The following is the list of few contexts of the OpenCL along with its description:

  • properties: It is a list of name and its corresponding value. The name is the context property name like CL_CONTEXT_PLATFORM and this is followed by the property value. An example of the same is as follows:
    cl_context_properties props[3] =
    {
        CL_CONTEXT_PLATFORM,
        (cl_context_properties)platforms,
        0
    }; 

    One can add more property values based on the requirements of the application.

  • num_devices: It is the number of devices one wants to associate with the context. The devices pointer should have at least num_devices, cl_device_id instance
  • devices: It is a pointer to a num_devices list of cl_device_id instances, which will be associated with the context.
  • errcode_ret: The error code returned by the OpenCL implementation associated with a call to this function.
  • pfn_notify: It is a function pointer to the callback function, which an application can register. The underlying OpenCL implementation will call this function to asynchronously report errors for context creation. If set to NULL then no callback function is registered. The prototype of a callback function is as follows:
    void OpenCL_Context_Callback(const char *errinfo,const void *private_info,size_t cb, void *user_data);
  • user_data: This is the pointer to the data, which will be passed to the callback function if registered by the application. If no callback function is registered this should be set to NULL.

OpenCL command queue

The OpenCL command queue is an object where OpenCL commands are queued to be executed by the device. The command queue is created for every usable OpenCL device for kernel execution. One can have multiple command queues for different tasks in applications. This way an application developer can run tasks independently on different command queues. We will discuss about the various synchronization mechanisms using multiple command queues in Chapter 6, Events and Synchronization. The following code snippet creates a command queue and a write (clEnqueueWriteBuffer), and NDRange execution of the kernel commands are queued on to the device:

cl_command_queue command_queue = clCreateCommandQueue(context, device_list[0],
    0, &clStatus);
clStatus = clEnqueueWriteBuffer(command_queue, A_clmem, 
                   CL_TRUE, 0, 
                     VECTOR_SIZE * sizeof(float), A, 0, NULL, NULL); 
clStatus = clEnqueueNDRangeKernel(command_queue, kernel,1, NULL, &global_size,&local_size, 0, NULL, NULL);

The host program creates this command queue. The snapshot of the queue anytime shall give you the list of enqueued commands. These commands can be of data transfer, or kernel execution commands or barriers within the command queue. The host enqueues these commands to the command queue. Each command or task is associated with an OpenCL event. These events can be used as a synchronization mechanism to coordinate execution between the host and the device.

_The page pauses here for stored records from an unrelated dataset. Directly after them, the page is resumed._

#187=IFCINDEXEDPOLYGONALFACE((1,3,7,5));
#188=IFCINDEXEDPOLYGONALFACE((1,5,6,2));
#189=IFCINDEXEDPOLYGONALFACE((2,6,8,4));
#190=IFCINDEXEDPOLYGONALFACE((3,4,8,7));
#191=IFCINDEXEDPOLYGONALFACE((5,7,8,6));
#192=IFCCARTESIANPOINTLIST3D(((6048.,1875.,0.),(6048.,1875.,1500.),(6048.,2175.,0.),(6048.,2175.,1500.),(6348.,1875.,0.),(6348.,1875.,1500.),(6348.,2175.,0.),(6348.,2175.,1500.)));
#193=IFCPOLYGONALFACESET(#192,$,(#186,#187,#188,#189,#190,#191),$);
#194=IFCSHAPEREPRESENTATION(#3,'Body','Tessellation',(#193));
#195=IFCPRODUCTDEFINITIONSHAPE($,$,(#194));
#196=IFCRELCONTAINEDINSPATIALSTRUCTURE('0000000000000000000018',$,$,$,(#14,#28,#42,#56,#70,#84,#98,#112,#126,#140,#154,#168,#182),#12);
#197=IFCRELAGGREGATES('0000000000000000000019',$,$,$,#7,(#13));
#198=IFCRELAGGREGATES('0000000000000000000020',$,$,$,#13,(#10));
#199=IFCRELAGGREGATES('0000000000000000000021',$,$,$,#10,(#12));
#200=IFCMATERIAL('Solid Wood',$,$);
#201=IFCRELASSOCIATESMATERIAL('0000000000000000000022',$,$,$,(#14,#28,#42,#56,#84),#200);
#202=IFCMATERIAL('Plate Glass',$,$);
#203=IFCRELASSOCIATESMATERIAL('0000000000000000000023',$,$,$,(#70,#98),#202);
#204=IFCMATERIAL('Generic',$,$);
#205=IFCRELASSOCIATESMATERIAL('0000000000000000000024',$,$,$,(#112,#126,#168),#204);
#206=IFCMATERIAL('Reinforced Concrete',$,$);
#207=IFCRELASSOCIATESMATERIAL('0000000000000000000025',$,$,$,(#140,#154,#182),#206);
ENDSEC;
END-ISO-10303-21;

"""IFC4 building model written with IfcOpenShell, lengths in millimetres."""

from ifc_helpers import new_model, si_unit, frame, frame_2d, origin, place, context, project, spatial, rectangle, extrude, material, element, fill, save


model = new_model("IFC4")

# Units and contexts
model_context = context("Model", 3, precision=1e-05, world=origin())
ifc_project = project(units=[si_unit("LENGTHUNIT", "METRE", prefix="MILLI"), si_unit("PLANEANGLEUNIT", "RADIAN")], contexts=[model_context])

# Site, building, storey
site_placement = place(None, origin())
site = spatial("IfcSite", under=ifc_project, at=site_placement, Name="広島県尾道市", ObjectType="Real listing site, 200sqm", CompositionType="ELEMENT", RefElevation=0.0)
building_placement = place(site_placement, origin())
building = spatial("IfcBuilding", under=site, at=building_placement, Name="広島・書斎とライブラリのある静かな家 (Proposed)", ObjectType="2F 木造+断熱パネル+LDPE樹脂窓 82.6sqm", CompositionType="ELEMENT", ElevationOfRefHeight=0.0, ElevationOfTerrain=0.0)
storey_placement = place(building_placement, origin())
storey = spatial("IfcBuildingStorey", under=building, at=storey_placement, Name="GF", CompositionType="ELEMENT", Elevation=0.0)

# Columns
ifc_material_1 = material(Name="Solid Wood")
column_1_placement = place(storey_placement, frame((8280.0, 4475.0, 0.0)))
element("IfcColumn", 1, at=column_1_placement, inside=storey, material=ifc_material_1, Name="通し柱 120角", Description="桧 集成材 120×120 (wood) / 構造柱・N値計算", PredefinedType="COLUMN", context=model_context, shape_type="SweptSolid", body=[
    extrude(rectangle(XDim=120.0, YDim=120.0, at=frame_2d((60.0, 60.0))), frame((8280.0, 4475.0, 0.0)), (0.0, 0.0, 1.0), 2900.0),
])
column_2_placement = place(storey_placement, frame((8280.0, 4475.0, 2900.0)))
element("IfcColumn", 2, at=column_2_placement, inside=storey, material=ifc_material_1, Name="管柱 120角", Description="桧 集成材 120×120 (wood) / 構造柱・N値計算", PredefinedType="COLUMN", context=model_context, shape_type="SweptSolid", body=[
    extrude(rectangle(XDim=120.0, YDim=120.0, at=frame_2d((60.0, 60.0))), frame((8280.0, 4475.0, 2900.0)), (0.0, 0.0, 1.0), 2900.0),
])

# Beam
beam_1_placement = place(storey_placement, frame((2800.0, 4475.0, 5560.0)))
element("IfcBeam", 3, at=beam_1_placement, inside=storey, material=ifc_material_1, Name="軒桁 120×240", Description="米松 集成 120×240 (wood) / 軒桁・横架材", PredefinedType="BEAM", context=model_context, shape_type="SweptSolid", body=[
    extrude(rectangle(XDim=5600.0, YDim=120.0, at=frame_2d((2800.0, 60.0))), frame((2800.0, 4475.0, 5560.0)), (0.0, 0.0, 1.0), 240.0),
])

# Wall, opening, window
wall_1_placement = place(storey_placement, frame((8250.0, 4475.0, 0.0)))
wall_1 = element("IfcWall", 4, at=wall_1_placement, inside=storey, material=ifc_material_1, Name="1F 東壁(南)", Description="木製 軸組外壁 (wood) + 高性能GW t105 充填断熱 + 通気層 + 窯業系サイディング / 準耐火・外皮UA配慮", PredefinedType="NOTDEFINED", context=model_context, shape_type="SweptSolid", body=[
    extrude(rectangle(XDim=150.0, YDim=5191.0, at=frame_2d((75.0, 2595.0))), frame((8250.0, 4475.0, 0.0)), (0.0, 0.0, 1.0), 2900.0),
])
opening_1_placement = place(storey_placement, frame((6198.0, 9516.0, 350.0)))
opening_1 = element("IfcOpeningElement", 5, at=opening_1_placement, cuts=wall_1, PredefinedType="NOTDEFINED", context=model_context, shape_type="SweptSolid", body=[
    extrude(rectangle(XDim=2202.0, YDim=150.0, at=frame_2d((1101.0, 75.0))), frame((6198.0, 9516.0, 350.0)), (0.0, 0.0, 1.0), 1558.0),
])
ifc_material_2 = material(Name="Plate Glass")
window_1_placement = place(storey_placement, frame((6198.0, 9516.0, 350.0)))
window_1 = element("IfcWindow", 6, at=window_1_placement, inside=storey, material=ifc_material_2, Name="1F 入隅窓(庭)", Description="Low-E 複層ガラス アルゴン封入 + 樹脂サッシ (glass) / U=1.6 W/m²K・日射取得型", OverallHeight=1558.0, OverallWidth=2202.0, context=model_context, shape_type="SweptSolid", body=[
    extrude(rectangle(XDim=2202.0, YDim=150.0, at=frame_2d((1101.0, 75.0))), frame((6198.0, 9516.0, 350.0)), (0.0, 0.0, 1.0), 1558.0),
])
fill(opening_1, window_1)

There can be multiple queues associated within a context. They can dispatch commands independently and concurrently with no explicit mechanism to synchronize between them.

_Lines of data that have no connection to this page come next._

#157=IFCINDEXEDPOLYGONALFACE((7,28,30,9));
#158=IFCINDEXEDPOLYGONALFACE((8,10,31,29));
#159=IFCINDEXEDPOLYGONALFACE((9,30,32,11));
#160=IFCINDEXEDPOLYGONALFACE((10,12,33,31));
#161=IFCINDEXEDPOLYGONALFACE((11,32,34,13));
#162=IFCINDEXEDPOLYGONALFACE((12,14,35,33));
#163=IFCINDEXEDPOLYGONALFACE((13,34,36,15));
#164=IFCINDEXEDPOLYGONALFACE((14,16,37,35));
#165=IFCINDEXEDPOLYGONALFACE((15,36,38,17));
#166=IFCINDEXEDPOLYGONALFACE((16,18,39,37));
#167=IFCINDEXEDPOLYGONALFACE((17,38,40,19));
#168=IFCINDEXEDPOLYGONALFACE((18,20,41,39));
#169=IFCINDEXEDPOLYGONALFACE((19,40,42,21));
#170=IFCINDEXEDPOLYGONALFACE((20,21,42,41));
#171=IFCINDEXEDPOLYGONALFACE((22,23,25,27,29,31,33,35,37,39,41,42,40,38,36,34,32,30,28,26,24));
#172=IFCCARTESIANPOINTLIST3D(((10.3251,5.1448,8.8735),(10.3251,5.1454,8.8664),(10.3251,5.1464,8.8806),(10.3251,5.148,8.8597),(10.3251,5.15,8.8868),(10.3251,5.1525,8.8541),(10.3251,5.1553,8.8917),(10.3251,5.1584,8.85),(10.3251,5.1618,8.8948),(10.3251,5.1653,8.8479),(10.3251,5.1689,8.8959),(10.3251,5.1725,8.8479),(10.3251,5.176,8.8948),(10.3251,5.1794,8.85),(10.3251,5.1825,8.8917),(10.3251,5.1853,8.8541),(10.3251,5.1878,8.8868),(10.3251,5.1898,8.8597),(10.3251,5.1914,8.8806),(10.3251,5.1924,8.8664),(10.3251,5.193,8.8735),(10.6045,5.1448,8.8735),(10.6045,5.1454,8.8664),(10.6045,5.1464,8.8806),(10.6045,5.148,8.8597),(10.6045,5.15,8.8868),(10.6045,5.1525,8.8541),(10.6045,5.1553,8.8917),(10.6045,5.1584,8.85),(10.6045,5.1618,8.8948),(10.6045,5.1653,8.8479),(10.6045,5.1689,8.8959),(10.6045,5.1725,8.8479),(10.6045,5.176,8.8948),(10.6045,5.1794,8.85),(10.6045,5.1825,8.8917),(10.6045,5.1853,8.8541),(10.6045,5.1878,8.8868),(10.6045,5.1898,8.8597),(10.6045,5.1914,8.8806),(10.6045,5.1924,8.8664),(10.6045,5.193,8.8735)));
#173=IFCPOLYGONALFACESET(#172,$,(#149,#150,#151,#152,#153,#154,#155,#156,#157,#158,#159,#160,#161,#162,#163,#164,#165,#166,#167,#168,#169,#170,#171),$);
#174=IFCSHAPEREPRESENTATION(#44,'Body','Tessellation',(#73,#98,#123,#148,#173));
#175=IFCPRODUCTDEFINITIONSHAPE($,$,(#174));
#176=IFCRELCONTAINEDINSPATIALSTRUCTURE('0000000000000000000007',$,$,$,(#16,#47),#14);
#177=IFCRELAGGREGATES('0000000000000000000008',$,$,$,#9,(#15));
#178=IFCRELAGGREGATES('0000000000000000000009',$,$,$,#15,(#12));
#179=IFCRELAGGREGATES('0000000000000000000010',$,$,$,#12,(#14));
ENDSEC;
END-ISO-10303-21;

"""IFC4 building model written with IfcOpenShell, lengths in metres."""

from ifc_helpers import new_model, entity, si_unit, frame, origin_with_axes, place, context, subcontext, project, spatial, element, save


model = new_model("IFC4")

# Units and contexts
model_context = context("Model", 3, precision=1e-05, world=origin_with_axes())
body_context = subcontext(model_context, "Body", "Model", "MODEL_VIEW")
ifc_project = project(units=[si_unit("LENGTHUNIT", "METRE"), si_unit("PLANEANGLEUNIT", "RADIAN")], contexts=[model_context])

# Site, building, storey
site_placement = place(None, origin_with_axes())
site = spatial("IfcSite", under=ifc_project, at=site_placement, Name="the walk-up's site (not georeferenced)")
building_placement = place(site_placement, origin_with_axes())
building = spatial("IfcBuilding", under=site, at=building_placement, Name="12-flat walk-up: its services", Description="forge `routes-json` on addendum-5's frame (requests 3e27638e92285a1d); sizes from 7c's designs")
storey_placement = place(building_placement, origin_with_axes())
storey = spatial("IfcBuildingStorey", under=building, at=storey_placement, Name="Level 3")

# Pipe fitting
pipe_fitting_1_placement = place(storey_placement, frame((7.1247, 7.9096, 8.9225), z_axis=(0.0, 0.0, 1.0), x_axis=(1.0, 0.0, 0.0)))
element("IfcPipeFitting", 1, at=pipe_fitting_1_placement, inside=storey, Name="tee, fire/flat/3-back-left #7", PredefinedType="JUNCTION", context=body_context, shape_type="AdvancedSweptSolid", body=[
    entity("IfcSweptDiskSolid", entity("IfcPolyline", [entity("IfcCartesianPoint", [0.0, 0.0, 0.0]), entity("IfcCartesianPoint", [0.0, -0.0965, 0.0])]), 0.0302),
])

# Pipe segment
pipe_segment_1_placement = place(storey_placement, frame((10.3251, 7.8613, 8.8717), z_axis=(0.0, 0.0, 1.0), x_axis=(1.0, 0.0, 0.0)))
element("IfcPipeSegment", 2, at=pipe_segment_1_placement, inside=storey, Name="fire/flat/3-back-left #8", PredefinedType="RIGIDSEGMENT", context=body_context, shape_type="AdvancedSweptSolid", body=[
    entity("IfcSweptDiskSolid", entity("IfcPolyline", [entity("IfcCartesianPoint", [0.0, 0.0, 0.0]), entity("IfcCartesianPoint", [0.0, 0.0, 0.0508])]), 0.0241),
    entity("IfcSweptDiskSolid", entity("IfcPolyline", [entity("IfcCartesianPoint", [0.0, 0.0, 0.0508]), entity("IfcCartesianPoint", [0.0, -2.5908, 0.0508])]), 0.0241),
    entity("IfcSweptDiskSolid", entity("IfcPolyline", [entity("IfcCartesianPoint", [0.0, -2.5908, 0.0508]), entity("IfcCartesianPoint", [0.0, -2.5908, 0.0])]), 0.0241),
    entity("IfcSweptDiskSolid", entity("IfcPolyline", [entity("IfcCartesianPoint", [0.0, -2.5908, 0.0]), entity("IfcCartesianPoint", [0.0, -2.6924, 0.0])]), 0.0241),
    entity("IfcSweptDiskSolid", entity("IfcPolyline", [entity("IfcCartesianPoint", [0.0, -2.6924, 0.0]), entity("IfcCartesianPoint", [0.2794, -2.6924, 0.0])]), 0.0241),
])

Queues can be in-order of the execution queues. The commands are dequeued in first in first out (FIFO) manner. Hence application can send commands to the queue and be ensured that they execute in order.

Out of order command queues are also supported by the OpenCL. The commands are issued in order, but do not wait for the previous command to complete before the next command executes. We will discuss more about this in Chapter 5, OpenCL Program and Kernel Objects.